The group of us getting the demo got tired of Stephen’s enthusiastic typing in this query and that query. Many of them are very cool but boring. Comparing stock prices, market caps, changes in portfolio whatevers is something that a zillion financial web sites can do. We wanted more. We wanted our queries.

My query, which I didn’t ask because I thought it would be disruptive, is this: Which weighs more, a pound of gold or a pound of feathers? When I get to drive, that will be the first thing I ask.

The answer, in case you don’t know this famous question is a pound of feathers. Amusingly, Google gets it on the first link. Wolfram emphasizes that Alpha computes and is smart as opposed to Google just dumbly searching and collating.

I also didn’t really need to ask because one of the other people asked Alpha to plot swine flu in the the US, and it came up with — nil. It knows nothing about swine flu. Stephen helpfully suggested, “I can show you colon cancer instead” and did.

And there it is, the line between clever and stupid, and being on both sides of it. Alpha can’t tell you about swine flu because the data it works on is “curated,” meaning they have experts vet it. I approve. I’m a Wikipedia-sneerer, and I like an anti-mob system. However, having experts curate the data means that there’s nothing about the Springfield that pops to most people’s minds (because it’s pop culture) nor anything about swine flu. We asked Stephen about sources, and specifically about Wikipedia. He said that they use Wikipedia for some sorts of folk knowledge, like knowing that The Big Apple is a synonym for New York City but not for many things other than that.

Alpha is not a Google-killer. It is not ever going to compute anything that can be computed.
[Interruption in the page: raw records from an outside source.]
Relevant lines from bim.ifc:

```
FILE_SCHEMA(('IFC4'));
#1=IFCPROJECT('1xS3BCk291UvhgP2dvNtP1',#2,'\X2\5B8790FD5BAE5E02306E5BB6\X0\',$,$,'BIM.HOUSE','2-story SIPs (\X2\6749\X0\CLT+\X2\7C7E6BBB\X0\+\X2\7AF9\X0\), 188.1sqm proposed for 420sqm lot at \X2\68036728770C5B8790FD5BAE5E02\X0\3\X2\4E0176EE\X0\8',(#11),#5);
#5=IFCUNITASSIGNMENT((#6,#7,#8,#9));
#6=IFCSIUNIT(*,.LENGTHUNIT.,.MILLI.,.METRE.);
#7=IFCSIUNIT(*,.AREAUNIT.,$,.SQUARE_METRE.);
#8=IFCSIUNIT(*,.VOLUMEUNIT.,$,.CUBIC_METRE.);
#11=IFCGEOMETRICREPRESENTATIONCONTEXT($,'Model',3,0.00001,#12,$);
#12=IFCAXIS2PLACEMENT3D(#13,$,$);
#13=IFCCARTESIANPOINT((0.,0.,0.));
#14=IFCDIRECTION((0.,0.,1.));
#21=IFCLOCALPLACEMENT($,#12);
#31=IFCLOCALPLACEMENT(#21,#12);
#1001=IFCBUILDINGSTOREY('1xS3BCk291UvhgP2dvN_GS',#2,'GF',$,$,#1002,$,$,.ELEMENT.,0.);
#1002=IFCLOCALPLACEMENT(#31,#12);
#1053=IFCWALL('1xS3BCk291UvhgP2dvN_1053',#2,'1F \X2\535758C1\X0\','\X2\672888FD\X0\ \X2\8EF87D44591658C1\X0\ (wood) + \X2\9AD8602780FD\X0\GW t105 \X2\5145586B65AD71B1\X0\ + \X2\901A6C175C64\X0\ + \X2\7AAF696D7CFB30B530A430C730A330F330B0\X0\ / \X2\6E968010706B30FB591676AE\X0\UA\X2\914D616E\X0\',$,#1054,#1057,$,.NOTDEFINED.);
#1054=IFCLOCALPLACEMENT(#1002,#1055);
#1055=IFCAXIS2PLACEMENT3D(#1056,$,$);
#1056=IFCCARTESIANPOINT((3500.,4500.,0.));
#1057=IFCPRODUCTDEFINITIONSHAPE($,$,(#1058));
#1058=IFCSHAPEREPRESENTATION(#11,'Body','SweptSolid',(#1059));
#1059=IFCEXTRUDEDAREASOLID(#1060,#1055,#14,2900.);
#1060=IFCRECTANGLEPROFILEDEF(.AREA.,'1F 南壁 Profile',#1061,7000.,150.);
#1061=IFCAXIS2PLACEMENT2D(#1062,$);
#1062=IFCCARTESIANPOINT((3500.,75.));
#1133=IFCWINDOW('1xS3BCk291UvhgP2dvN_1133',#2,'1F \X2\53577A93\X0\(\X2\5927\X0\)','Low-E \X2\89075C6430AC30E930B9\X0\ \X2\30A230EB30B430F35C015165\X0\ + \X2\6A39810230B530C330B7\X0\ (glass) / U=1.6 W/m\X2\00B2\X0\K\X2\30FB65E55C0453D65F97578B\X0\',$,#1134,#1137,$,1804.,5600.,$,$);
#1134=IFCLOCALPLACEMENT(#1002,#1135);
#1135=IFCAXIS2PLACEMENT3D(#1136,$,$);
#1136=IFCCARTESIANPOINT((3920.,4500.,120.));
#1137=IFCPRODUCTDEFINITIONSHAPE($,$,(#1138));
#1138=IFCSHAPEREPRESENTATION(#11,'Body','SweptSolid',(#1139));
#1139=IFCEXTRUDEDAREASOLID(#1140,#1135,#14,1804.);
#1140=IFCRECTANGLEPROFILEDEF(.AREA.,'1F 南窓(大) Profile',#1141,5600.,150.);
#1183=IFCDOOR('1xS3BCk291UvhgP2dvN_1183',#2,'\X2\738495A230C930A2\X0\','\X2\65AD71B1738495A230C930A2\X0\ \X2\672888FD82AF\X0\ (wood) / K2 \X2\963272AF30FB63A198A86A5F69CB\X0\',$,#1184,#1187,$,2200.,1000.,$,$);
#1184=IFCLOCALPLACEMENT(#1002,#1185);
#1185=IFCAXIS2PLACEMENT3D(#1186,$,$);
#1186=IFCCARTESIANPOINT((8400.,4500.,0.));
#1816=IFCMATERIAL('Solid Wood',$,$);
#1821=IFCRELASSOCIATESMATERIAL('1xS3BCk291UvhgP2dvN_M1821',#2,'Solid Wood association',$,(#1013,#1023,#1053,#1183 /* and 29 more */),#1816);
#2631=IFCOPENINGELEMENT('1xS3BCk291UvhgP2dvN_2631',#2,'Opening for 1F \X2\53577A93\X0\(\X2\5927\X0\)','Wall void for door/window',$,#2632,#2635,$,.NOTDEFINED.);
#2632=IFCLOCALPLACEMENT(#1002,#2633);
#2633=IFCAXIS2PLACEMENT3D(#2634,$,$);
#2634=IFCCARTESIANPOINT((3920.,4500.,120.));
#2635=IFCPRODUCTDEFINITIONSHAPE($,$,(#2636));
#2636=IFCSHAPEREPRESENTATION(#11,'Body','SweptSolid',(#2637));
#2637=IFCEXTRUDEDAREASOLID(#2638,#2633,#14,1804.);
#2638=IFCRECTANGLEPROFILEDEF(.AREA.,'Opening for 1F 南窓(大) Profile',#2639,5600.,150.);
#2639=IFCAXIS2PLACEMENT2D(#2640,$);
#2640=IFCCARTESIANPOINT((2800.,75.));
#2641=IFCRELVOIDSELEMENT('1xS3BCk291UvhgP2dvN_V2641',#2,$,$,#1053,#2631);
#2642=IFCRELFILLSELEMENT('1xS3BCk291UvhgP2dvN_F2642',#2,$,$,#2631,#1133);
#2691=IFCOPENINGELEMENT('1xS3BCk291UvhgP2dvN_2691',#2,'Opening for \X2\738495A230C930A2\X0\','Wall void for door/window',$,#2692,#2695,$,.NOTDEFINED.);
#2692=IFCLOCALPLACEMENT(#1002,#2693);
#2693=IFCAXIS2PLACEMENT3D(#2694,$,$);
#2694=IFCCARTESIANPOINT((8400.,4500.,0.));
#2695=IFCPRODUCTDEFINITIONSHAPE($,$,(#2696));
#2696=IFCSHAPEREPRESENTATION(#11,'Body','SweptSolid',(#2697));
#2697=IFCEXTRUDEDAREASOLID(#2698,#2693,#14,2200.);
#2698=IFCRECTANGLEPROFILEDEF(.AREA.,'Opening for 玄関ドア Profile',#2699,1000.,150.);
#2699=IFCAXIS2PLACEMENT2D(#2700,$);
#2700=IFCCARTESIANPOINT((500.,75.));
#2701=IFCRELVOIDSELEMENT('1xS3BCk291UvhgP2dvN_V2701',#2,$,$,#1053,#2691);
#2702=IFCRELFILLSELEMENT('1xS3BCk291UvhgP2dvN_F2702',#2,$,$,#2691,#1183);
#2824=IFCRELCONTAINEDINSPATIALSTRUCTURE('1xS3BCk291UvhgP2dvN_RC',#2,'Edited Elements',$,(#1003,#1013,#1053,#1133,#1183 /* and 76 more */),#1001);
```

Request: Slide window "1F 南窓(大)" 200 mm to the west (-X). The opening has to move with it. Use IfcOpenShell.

```python
import ifcopenshell
import ifcopenshell.api.geometry
import ifcopenshell.util.placement
import ifcopenshell.util.unit

model = ifcopenshell.open("bim.ifc")
unit_scale = ifcopenshell.util.unit.calculate_unit_scale(model)

window = model.by_guid("1xS3BCk291UvhgP2dvN_1133")
opening = window.FillsVoids[0].RelatingOpeningElement
wall = opening.VoidsElements[0].RelatingBuildingElement

wall_matrix = ifcopenshell.util.placement.get_local_placement(wall.ObjectPlacement)
shift = wall_matrix[:3, 0] * -0.2 / unit_scale
before = ifcopenshell.util.placement.get_local_placement(window.ObjectPlacement)[:3, 3].copy()

# The window is not placed relative to its opening, so move both.
for product in (opening, window):
    matrix = ifcopenshell.util.placement.get_local_placement(product.ObjectPlacement)
    matrix[:3, 3] += shift
    ifcopenshell.api.geometry.edit_object_placement(model, product=product, matrix=matrix, is_si=False)

after = ifcopenshell.util.placement.get_local_placement(window.ObjectPlacement)[:3, 3]
print("window moved by", (after - before).round(3) + 0.0)

model.write("bim-out.ifc")
```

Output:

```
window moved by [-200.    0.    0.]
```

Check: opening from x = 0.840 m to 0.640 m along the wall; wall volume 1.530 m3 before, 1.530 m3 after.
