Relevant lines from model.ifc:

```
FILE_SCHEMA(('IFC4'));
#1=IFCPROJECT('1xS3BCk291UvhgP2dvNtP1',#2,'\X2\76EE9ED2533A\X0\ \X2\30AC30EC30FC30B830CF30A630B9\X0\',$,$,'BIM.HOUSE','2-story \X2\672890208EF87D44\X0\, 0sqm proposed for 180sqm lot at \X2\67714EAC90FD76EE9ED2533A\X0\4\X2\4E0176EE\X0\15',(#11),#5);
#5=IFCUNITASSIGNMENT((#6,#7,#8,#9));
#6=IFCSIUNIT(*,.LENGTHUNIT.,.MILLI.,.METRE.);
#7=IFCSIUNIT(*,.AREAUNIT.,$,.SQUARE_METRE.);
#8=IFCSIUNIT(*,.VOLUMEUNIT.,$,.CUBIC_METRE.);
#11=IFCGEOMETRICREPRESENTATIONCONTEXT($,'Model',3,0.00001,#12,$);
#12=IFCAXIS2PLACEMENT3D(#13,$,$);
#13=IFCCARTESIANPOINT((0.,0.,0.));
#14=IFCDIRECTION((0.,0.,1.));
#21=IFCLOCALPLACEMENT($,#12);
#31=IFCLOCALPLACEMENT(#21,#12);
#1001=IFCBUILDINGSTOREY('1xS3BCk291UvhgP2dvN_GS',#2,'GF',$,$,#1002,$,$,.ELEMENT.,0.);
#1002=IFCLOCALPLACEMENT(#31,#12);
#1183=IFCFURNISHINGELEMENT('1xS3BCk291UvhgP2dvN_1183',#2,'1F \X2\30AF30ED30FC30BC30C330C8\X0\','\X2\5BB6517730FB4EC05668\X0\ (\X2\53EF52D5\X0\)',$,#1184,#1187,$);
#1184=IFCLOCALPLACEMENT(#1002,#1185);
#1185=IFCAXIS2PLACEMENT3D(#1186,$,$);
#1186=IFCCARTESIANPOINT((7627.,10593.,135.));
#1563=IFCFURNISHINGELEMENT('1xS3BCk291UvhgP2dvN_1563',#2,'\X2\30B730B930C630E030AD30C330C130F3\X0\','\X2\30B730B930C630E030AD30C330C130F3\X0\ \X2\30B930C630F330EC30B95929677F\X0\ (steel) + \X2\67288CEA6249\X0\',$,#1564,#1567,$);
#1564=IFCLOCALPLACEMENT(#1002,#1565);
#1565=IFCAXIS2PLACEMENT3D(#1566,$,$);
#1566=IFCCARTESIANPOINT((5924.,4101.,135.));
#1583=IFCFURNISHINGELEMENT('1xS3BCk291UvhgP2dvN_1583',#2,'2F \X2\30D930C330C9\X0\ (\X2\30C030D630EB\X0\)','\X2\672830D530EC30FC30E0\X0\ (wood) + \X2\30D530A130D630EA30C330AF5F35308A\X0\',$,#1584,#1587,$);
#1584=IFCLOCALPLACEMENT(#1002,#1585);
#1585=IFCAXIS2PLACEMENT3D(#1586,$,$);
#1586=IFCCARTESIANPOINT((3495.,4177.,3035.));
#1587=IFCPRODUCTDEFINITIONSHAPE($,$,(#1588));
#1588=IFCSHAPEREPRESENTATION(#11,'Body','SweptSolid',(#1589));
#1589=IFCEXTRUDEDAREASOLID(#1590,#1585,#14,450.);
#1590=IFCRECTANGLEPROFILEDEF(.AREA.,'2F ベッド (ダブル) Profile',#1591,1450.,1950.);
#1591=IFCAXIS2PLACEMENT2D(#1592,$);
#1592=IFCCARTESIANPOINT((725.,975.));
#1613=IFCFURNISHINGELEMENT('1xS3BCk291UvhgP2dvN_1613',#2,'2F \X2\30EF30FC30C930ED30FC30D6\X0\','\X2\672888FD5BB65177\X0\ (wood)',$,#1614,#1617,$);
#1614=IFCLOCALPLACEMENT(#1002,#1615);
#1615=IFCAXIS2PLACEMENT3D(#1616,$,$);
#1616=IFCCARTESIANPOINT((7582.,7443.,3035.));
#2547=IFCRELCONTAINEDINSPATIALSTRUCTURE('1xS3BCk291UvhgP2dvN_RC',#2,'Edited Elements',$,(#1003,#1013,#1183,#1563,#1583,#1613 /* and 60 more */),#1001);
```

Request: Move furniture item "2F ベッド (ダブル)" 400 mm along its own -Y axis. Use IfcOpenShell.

```python
import ifcopenshell
import ifcopenshell.api.geometry
import ifcopenshell.util.placement
import ifcopenshell.util.unit

model = ifcopenshell.open("model.ifc")
unit_scale = ifcopenshell.util.unit.calculate_unit_scale(model)

item = model.by_id(1583)
matrix = ifcopenshell.util.placement.get_local_placement(item.ObjectPlacement)
matrix[:3, 3] -= matrix[:3, 1] * 0.4 / unit_scale
ifcopenshell.api.geometry.edit_object_placement(model, product=item, matrix=matrix, is_si=False)

print(ifcopenshell.util.placement.get_local_placement(item.ObjectPlacement).round(3) + 0.0)

model.write("model_edited.ifc")
```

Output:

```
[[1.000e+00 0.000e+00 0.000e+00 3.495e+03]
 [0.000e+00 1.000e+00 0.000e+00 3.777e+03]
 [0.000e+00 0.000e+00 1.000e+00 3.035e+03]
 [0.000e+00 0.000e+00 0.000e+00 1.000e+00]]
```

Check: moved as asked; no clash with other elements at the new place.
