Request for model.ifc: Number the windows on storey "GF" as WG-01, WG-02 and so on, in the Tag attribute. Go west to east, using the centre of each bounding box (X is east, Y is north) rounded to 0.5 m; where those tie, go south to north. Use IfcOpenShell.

First a look at what the model holds.

```python
import ifcopenshell
import ifcopenshell.util.element
import ifcopenshell.util.placement

model = ifcopenshell.open("model.ifc")
print(model.schema)
storey = next(s for s in model.by_type("IfcBuildingStorey") if s.Name == "GF")
windows = [e for e in ifcopenshell.util.element.get_decomposition(storey) if e.is_a("IfcWindow")]
for e in sorted(windows, key=lambda e: e.id()):
    origin = ifcopenshell.util.placement.get_local_placement(e.ObjectPlacement)[:3, 3]
    print(e.id(), e.Tag, e.Name, origin.round(2) + 0.0, sep=" | ")
```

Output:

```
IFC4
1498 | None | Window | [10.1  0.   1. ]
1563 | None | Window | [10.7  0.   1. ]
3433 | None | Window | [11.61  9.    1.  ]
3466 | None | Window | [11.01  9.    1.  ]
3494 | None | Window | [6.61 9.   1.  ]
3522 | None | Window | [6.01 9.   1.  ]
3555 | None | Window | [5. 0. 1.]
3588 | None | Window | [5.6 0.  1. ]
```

```python
import ifcopenshell
import ifcopenshell.geom
import ifcopenshell.util.element
import ifcopenshell.util.shape

model = ifcopenshell.open("model.ifc")
settings = ifcopenshell.geom.settings()
settings.set("use-world-coords", True)


def centre(element):
    shape = ifcopenshell.geom.create_shape(settings, element)
    return ifcopenshell.util.shape.get_bbox_centroid(shape.geometry)


storey = next(s for s in model.by_type("IfcBuildingStorey") if s.Name == "GF")
windows = [e for e in ifcopenshell.util.element.get_decomposition(storey) if e.is_a("IfcWindow")]

# Insertion points can sit at a corner or the storey origin, so sort by the geometry (in metres).
centres = {e: centre(e) for e in windows}
windows.sort(key=lambda e: (round(centres[e][0] / 0.5), centres[e][1]))

for i, e in enumerate(windows, start=1):
    number = f"WG-{i:02d}"
    e.Tag = number
    print(e.id(), number)

model.write("model_rev.ifc")
```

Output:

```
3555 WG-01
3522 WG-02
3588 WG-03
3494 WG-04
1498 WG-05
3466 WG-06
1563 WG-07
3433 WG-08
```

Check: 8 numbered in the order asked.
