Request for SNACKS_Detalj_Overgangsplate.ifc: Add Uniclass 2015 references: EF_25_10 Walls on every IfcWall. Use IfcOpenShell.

First a look at what the model holds.

```python
import ifcopenshell

model = ifcopenshell.open("SNACKS_Detalj_Overgangsplate.ifc")
print(model.schema)
print("classifications:", [c.Name for c in model.by_type("IfcClassification")])
for ifc_class in ("IfcDoor", "IfcRoof", "IfcStair", "IfcWall", "IfcWindow"):
    print(ifc_class, len(model.by_type(ifc_class)))
```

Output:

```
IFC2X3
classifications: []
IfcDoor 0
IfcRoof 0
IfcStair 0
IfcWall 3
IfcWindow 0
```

```python
import ifcopenshell
import ifcopenshell.api.classification

model = ifcopenshell.open("SNACKS_Detalj_Overgangsplate.ifc")

# IFC2X3 requires Source and Edition and has no link from the project to the system.
system = model.create_entity("IfcClassification", Source="NBS", Edition="2015", Name="Uniclass 2015")

codes = {
    "IfcWall": ("EF_25_10", "Walls"),
}
for ifc_class, (code, name) in codes.items():
    products = model.by_type(ifc_class)
    ifcopenshell.api.classification.add_reference(
        model, products=products, classification=system, identification=code, name=name
    )
    print(code, len(products))

model.write("SNACKS_Detalj_Overgangsplate_edited.ifc")
```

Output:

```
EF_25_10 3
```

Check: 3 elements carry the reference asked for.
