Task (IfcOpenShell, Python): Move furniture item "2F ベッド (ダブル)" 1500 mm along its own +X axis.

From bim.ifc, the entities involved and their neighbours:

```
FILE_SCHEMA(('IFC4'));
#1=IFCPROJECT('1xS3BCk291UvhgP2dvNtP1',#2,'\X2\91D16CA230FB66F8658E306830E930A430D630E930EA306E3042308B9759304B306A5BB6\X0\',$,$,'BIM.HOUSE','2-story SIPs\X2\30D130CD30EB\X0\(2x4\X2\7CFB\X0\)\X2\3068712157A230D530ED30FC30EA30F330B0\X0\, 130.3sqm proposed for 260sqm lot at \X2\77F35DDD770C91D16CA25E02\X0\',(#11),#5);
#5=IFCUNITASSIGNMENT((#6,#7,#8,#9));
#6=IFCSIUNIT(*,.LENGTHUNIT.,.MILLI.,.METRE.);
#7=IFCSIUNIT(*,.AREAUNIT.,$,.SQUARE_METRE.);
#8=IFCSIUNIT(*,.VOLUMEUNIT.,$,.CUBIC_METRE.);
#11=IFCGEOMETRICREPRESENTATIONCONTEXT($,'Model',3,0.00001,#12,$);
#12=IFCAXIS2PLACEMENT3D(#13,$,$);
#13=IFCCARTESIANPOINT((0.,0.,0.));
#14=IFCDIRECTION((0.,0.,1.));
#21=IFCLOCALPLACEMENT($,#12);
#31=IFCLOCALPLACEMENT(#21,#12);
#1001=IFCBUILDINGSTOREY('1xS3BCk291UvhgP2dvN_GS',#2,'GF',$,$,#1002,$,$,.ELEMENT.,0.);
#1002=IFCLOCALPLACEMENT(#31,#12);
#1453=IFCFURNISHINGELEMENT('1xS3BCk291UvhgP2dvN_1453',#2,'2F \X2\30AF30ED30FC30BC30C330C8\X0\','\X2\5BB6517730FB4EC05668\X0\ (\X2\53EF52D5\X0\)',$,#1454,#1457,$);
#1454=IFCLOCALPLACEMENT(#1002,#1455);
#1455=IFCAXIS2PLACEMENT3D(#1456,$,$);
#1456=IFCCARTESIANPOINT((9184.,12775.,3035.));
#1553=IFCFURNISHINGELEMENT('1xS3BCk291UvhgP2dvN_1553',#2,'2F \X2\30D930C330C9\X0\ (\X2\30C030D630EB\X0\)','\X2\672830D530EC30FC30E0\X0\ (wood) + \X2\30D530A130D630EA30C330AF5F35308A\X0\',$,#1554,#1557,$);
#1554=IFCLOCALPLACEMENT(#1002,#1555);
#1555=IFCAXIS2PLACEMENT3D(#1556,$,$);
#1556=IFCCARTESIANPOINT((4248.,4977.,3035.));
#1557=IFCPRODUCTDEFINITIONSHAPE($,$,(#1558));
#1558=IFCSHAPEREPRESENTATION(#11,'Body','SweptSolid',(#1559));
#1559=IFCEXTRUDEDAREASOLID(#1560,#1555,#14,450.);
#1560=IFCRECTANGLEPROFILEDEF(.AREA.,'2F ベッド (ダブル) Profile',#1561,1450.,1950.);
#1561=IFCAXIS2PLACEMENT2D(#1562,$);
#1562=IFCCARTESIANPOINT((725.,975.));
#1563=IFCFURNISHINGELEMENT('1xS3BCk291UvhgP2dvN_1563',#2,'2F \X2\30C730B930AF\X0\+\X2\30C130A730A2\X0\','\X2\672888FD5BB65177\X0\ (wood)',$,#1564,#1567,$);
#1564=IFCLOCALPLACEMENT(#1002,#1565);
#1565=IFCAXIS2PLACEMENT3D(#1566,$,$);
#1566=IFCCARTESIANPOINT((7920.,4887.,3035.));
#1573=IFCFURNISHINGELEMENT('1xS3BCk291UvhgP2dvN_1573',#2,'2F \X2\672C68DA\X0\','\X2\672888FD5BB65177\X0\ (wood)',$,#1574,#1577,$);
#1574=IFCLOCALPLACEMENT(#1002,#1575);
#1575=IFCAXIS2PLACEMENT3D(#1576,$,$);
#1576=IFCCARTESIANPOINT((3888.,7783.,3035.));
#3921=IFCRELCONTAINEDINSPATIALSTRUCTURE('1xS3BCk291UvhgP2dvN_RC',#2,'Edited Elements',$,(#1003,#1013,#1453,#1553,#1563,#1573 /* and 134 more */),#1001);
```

```python
import ifcopenshell
import ifcopenshell.api.geometry
import ifcopenshell.util.placement
import ifcopenshell.util.unit

model = ifcopenshell.open("bim.ifc")
unit_scale = ifcopenshell.util.unit.calculate_unit_scale(model)

item = model.by_id(1553)
matrix = ifcopenshell.util.placement.get_local_placement(item.ObjectPlacement)
matrix[:3, 3] += matrix[:3, 0] * 1.5 / unit_scale
ifcopenshell.api.geometry.edit_object_placement(model, product=item, matrix=matrix, is_si=False)

print(ifcopenshell.util.placement.get_local_placement(item.ObjectPlacement).round(3) + 0.0)

model.write("bim-out.ifc")
```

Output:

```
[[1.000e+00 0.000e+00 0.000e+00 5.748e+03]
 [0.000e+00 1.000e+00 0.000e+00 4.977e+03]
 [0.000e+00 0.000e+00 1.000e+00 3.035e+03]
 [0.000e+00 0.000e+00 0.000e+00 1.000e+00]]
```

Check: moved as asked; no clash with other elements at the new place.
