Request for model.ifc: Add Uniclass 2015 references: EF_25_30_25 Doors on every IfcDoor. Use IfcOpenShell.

First a look at what the model holds.

```python
import ifcopenshell

model = ifcopenshell.open("model.ifc")
print(model.schema)
print("classifications:", [c.Name for c in model.by_type("IfcClassification")])
for ifc_class in ("IfcDoor", "IfcRoof", "IfcStair", "IfcWall", "IfcWindow"):
    print(ifc_class, len(model.by_type(ifc_class)))
```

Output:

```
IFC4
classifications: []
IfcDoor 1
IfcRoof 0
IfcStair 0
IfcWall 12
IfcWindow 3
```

```python
import ifcopenshell
import ifcopenshell.api.classification

model = ifcopenshell.open("model.ifc")

system = ifcopenshell.api.classification.add_classification(model, classification="Uniclass 2015")

codes = {
    "IfcDoor": ("EF_25_30_25", "Doors"),
}
for ifc_class, (code, name) in codes.items():
    products = model.by_type(ifc_class)
    ifcopenshell.api.classification.add_reference(
        model, products=products, classification=system, identification=code, name=name
    )
    print(code, len(products))

model.write("model_updated.ifc")
```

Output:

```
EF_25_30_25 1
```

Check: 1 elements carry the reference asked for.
It’s a humorless idiot savant that has an impressive database (presently some ten terabytes, according to the Wolfram folks), and its Mathematica-on-steroids engine gives a lot of wows.

On the other hand, as one of the people in my demo pointed out, there’s not anything beyond a spew of facts. Another of our queries was “17/hr” and Alpha told us what that is in terms of weekly, monthly, yearly salary. It did not tell us the sort of jobs that pay 17 per hour, which would be useful not only to people who need a job, but to socioeconomic researchers. It could tell us that, and very well might rather soon. But it doesn’t.

Alpha is an impressive tool that I can hardly wait to use (supposedly it goes on line perhaps this week). It’s something that will be a useful tool for many people and fills a much-needed niche. We need an anti-Wikipedia that has only curated facts. We need a computational engine that uses deductions and heuristics.

But we also need web resources that know about a fictional Springfield, and resources that can show you maps of the swine flu.

We also need tech reviewers who have critical faculties. Alpha is not a Google-killer. It’s also not likely as useful as Google. The gushing, open-brained reviews do us and Alpha a disservice by uncritically watching the rigged demo and refusing to ask about its limits. Alpha may straddle the line between clever and stupid, but the present reviewers all stand proudly on stupid.